Input for this task:
*****

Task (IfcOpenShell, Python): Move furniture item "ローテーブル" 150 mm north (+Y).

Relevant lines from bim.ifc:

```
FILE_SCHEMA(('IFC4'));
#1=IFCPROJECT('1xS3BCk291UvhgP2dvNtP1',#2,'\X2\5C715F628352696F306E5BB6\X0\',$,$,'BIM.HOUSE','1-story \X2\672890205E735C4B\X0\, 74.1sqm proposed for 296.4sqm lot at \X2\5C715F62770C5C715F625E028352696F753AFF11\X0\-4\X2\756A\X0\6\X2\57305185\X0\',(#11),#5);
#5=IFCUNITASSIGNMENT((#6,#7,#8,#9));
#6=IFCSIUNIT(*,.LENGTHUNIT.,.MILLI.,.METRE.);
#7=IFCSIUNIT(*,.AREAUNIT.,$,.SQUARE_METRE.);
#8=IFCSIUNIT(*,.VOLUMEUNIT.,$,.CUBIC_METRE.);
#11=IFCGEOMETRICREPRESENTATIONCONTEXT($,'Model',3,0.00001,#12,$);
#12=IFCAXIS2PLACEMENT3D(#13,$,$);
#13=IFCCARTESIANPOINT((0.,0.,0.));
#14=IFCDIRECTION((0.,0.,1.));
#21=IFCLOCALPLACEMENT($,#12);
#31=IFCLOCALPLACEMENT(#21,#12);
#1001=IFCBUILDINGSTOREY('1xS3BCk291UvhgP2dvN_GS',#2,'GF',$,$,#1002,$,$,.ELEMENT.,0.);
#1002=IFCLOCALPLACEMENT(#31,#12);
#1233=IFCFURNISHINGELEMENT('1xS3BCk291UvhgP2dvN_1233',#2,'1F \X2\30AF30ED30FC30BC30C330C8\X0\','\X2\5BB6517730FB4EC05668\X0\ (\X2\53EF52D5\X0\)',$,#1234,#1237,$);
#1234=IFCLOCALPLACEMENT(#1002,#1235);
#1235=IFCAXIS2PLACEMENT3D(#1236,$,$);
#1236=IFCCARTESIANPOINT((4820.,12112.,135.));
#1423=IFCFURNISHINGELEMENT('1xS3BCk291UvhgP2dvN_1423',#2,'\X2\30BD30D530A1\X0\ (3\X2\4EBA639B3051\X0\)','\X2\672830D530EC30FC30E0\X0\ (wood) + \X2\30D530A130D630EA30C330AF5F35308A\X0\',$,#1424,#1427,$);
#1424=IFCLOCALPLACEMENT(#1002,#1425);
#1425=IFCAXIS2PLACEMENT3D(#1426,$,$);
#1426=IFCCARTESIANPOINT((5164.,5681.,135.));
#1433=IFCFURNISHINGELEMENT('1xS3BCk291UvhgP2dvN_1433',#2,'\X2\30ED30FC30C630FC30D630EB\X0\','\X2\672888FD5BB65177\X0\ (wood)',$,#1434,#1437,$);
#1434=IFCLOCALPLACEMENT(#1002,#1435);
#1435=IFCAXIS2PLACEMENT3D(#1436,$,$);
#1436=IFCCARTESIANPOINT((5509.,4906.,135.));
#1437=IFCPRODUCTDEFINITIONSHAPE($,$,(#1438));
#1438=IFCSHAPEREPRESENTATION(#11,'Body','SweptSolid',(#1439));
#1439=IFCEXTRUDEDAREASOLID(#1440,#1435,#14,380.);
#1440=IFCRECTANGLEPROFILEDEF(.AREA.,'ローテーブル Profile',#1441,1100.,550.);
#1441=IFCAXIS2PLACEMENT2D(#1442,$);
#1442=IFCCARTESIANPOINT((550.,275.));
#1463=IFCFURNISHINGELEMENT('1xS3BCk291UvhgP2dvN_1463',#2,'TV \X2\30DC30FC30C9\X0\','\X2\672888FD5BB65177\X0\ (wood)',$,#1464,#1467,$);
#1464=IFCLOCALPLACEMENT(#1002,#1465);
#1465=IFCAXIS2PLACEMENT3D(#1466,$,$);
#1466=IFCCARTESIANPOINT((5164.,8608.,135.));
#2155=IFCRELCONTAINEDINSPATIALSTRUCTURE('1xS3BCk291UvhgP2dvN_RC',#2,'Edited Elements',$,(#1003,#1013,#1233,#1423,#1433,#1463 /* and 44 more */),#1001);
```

```python
import ifcopenshell
import ifcopenshell.api.geometry
import ifcopenshell.util.placement
import ifcopenshell.util.unit

model = ifcopenshell.open("bim.ifc")
unit_scale = ifcopenshell.util.unit.calculate_unit_scale(model)

item = model.by_guid("1xS3BCk291UvhgP2dvN_1433")
matrix = ifcopenshell.util.placement.get_local_placement(item.ObjectPlacement)
matrix[1, 3] += 0.15 / unit_scale
ifcopenshell.api.geometry.edit_object_placement(model, product=item, matrix=matrix, is_si=False)

print(ifcopenshell.util.placement.get_local_placement(item.ObjectPlacement).round(3) + 0.0)

model.write("bim-out.ifc")
```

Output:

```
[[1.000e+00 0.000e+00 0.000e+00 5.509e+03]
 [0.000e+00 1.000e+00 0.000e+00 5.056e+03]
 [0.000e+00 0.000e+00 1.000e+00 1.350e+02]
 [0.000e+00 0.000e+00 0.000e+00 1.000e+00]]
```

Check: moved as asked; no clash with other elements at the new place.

*****

Assignment: Go through the records above and copy every line holding the word "IFCCARTESIANPOINT".

Result for this exercise:
#13=IFCCARTESIANPOINT((0.,0.,0.));
#1236=IFCCARTESIANPOINT((4820.,12112.,135.));
#1426=IFCCARTESIANPOINT((5164.,5681.,135.));
#1436=IFCCARTESIANPOINT((5509.,4906.,135.));
#1442=IFCCARTESIANPOINT((550.,275.));
#1466=IFCCARTESIANPOINT((5164.,8608.,135.));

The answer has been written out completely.